Armenian school in Larnaca, Cyprus

The Nareg Armenian School (Αρμενικό Σχολείο Ναρέκ; Նարեկ Հայկական Վարժարան), also known as the Larnaca Armenian School, is located on 21, Armenian church street in central Larnaca, next to the Sourp Stepanos (Saint Stephen) church. Since 1972, Armenian Elementary Schools in Cyprus (Nicosia, Larnaca, Limassol and, until 1974, Famagusta) are called Nareg, in memory of Saint Krikor Naregatsi (951-1003).
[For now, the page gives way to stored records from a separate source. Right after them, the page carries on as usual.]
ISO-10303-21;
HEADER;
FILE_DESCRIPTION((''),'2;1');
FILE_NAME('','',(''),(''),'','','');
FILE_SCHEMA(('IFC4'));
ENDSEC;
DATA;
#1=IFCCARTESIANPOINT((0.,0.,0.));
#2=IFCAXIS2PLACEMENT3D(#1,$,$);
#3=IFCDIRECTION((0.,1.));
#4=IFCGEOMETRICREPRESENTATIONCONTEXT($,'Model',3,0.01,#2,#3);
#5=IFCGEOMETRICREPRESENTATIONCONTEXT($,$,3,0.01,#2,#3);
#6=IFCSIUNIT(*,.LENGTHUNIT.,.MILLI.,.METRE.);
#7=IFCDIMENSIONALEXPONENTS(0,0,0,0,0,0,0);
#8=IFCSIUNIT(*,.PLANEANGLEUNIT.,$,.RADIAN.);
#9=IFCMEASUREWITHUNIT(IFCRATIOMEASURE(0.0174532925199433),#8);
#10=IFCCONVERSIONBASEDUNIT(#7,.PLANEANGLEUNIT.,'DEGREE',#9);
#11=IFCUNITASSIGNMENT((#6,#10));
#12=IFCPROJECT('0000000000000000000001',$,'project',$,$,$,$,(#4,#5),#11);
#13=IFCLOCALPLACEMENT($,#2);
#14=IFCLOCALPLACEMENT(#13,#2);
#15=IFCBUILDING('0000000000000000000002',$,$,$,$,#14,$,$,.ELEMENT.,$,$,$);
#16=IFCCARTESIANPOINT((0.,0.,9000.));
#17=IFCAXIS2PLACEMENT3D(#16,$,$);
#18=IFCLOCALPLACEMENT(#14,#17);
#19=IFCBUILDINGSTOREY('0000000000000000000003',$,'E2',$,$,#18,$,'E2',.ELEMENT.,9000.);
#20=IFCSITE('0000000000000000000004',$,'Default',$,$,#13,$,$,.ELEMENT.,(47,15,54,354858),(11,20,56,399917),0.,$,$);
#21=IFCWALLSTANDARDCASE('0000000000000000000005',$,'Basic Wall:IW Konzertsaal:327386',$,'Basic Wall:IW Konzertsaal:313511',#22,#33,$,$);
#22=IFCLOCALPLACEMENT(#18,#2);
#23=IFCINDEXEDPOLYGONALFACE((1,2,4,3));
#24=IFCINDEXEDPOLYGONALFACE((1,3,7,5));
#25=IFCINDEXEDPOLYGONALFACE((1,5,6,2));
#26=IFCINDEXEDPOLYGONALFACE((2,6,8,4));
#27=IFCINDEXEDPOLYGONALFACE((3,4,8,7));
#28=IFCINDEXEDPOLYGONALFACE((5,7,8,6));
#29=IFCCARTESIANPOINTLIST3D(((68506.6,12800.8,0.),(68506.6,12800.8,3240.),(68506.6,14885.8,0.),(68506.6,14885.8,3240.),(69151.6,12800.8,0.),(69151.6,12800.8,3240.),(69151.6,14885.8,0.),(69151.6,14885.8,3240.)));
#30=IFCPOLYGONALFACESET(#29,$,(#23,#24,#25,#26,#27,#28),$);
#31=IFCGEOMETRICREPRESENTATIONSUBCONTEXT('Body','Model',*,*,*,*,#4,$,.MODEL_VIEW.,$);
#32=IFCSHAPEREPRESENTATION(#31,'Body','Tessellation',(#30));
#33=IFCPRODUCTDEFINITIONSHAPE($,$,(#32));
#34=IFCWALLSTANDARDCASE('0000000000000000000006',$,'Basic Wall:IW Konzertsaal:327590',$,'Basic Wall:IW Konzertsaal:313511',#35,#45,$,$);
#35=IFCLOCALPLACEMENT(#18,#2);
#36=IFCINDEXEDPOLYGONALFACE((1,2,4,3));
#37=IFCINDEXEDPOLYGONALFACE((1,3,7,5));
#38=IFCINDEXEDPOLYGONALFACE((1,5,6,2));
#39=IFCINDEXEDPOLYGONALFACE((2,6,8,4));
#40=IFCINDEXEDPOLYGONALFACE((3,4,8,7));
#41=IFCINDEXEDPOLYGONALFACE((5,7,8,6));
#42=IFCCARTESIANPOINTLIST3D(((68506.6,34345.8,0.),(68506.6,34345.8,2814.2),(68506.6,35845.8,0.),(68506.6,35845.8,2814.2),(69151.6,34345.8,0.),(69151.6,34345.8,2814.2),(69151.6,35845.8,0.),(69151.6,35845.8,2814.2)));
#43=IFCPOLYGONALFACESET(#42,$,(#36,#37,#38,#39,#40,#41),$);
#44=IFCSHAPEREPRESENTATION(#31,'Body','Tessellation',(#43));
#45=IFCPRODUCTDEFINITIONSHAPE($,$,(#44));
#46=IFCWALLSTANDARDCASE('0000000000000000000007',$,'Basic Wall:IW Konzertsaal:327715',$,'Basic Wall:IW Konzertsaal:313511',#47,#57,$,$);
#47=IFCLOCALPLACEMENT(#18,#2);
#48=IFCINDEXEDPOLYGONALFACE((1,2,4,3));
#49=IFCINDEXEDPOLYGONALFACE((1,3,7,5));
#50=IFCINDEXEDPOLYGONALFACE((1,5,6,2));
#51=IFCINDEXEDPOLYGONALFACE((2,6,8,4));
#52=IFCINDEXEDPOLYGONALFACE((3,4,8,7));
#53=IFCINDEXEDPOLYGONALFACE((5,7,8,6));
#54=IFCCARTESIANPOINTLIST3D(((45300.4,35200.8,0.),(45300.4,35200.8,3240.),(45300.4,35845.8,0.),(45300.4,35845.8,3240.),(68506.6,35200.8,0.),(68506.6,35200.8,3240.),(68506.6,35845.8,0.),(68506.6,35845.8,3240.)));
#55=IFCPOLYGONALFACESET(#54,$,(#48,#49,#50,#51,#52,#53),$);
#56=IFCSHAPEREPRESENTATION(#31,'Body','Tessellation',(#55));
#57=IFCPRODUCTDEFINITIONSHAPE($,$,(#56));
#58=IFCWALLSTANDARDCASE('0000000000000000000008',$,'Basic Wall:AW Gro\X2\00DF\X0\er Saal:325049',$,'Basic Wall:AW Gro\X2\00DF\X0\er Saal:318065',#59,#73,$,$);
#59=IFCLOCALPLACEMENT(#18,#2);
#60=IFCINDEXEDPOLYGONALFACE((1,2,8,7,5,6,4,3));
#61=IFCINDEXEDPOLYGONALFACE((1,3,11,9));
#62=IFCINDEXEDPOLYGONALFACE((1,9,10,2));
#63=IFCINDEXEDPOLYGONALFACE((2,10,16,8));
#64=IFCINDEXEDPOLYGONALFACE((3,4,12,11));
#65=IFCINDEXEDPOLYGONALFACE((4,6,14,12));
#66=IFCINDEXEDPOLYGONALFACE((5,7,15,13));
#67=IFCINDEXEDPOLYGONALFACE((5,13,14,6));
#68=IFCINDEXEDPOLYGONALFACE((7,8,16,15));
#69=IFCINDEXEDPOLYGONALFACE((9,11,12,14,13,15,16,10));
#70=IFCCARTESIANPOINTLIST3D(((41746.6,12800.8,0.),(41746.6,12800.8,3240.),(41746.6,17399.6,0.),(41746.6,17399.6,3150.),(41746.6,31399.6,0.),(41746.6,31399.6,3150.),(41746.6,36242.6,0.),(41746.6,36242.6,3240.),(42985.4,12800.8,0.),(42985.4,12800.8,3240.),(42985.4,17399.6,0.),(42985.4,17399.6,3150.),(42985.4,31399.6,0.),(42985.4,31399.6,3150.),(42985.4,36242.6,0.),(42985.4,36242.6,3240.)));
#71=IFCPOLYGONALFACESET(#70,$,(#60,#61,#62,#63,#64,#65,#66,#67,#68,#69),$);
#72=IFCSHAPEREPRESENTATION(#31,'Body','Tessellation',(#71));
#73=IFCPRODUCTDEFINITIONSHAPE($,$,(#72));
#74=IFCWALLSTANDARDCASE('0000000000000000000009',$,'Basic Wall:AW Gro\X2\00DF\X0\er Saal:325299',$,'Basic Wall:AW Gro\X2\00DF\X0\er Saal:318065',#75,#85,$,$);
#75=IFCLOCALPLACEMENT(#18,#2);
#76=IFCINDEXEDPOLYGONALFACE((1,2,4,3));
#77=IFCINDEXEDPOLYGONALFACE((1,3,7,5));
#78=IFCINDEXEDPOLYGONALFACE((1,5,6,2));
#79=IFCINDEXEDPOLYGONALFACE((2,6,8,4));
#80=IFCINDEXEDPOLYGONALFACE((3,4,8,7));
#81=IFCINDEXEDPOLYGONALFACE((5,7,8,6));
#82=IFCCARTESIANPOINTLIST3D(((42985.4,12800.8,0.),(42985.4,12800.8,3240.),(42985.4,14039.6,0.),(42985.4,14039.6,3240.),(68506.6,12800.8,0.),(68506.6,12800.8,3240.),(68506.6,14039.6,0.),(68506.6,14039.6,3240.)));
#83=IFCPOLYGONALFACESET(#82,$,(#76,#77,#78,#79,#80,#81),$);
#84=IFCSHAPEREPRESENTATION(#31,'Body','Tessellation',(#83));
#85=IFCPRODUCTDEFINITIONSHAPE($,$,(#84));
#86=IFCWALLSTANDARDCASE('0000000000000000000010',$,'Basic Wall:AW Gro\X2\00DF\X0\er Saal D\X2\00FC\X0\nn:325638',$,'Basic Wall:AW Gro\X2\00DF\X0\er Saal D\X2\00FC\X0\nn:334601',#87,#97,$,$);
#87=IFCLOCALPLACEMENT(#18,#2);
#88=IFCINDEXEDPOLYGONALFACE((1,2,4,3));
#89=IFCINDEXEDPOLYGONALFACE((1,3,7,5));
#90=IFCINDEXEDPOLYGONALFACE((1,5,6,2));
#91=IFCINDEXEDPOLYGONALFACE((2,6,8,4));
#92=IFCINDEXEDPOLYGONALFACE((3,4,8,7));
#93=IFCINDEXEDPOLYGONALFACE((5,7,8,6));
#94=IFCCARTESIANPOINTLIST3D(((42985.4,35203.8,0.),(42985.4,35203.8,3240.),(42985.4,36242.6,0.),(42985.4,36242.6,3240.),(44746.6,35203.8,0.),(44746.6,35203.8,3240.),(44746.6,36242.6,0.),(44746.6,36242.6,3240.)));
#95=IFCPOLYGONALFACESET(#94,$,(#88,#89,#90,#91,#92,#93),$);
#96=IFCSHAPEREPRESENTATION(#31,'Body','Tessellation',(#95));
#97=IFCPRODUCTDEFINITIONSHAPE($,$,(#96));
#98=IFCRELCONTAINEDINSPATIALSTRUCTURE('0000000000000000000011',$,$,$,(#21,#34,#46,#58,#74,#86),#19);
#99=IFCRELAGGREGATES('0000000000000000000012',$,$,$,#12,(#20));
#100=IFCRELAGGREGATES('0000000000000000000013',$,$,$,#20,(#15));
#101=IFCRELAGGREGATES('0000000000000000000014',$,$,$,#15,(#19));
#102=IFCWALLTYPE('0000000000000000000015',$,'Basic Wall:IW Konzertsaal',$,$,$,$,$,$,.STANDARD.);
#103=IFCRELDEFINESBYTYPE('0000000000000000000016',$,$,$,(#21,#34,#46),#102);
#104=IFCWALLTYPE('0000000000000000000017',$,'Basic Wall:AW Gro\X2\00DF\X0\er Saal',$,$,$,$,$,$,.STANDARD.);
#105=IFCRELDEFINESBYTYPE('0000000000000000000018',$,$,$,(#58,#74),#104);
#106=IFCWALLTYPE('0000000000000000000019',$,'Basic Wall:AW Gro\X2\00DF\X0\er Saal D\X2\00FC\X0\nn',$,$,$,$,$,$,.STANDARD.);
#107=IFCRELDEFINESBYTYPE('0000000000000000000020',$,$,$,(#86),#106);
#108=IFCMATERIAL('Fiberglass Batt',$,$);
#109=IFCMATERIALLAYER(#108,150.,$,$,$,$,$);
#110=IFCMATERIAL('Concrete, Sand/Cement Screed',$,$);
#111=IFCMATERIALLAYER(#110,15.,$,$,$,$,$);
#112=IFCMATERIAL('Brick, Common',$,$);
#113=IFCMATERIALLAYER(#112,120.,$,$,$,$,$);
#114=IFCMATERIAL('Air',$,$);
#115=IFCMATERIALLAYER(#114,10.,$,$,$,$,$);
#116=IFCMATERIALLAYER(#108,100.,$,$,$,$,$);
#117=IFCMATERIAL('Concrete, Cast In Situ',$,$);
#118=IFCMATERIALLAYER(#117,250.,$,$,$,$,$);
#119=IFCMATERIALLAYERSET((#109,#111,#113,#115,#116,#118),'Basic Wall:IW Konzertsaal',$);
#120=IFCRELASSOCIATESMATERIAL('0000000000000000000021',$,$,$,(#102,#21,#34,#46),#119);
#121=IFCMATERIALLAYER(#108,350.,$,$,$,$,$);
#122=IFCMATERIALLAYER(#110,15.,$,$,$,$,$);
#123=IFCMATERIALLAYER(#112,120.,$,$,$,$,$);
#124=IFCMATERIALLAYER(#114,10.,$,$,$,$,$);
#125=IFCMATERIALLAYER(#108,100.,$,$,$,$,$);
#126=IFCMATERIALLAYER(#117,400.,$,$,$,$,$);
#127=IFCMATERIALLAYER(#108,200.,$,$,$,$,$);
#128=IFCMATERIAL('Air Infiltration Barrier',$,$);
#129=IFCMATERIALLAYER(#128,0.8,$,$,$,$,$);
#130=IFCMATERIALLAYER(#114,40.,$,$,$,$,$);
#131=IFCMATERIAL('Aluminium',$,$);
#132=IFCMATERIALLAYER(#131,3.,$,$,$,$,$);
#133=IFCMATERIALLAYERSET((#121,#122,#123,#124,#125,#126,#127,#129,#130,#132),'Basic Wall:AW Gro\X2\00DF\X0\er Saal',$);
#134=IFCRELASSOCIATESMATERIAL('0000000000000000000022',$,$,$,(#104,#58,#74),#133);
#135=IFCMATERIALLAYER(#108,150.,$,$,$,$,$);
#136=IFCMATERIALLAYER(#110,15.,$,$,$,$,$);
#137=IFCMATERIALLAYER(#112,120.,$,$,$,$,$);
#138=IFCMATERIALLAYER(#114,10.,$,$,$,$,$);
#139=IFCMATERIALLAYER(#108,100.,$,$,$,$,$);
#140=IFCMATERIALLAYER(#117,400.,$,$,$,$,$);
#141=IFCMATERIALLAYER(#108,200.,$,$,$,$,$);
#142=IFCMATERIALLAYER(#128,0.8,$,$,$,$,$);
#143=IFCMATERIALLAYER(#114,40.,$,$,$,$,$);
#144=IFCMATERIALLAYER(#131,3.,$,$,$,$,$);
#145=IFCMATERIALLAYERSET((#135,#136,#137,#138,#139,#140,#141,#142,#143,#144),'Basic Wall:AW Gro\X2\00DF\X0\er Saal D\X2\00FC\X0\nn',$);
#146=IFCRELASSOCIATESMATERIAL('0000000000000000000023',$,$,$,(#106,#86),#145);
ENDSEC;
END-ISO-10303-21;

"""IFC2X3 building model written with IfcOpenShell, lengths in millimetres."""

from ifc_helpers import new_model, entity, si_unit, converted_unit, direction, frame, frame_2d, origin, place, context, subcontext, project, spatial, polyline, rectangle, extrude, clip, bounded_halfspace, material, layer, layer_set, layer_usage, type_object, element, save


model = new_model("IFC2X3")

# Units and contexts
model_context = context("Model", 3, precision=0.01, world=origin(), true_north=direction((0.0, 1.0)))
context_of_model = context(None, 3, precision=0.01, world=origin(), true_north=direction((0.0, 1.0)))
body_context = subcontext(model_context, "Body", "Model", "MODEL_VIEW")
ifc_project = project(units=[si_unit("LENGTHUNIT", "METRE", prefix="MILLI"), converted_unit("PLANEANGLEUNIT", "DEGREE", entity("IfcRatioMeasure", 0.0174532925199433), si_unit("PLANEANGLEUNIT", "RADIAN"), dimensions=[0, 0, 0, 0, 0, 0, 0])], contexts=[model_context, context_of_model])

# Site, building, storey
site_placement = place(None, origin())
site = spatial("IfcSite", under=ifc_project, at=site_placement, Name="Default", CompositionType="ELEMENT", RefLatitude=(47, 15, 54, 354858), RefLongitude=(11, 20, 56, 399917), RefElevation=0.0)
building_placement = place(site_placement, origin())
building = spatial("IfcBuilding", under=site, at=building_placement, CompositionType="ELEMENT")
storey_placement = place(building_placement, frame((0.0, 0.0, 9000.0)))
storey = spatial("IfcBuildingStorey", under=building, at=storey_placement, Name="E2", LongName="E2", CompositionType="ELEMENT", Elevation=9000.0)

# Shared definitions
ifc_material_1 = material(Name="Concrete, Sand/Cement Screed")
ifc_material_2 = material(Name="Air Infiltration Barrier")
ifc_material_3 = material(Name="Fiberglass Batt")

# Shared definitions
ifc_material_4 = material(Name="Concrete, Cast In Situ")

# Shared definitions
ifc_material_5 = material(Name="Air")
ifc_material_6 = material(Name="Aluminium")

# Walls
ifc_layer_1 = layer(ifc_material_3, 150.0)
ifc_layer_2 = layer(ifc_material_1, 15.0)
ifc_material_7 = material(Name="Brick, Common")
ifc_layer_3 = layer(ifc_material_7, 120.0)
ifc_layer_4 = layer(ifc_material_5, 10.0)
ifc_layer_5 = layer(ifc_material_3, 100.0)
ifc_layer_6 = layer(ifc_material_4, 250.0)
ifc_layer_set_1 = layer_set([ifc_layer_1, ifc_layer_2, ifc_layer_3, ifc_layer_4, ifc_layer_5, ifc_layer_6], Name="Basic Wall:IW Konzertsaal")
wall_type_1 = type_object("IfcWallType", Name="Basic Wall:IW Konzertsaal", PredefinedType="STANDARD", material=ifc_layer_set_1)
ifc_layer_usage_1 = layer_usage(ifc_layer_set_1, "AXIS2", "NEGATIVE", 322.5)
The current building was built between 1993-1995 by the Technical Services of the Ministry of Education and was inaugurated on 18 May 1996 by the then-President of Cyprus Glafcos Clerides. Currently, the school has about 25 students. As with the other Nareg Schools (in Nicosia and Limassol), Vera Tahmazian has been the Headmistress since 2009, and the school is under the tutelage of the Armenian Schools of Cyprus Committee.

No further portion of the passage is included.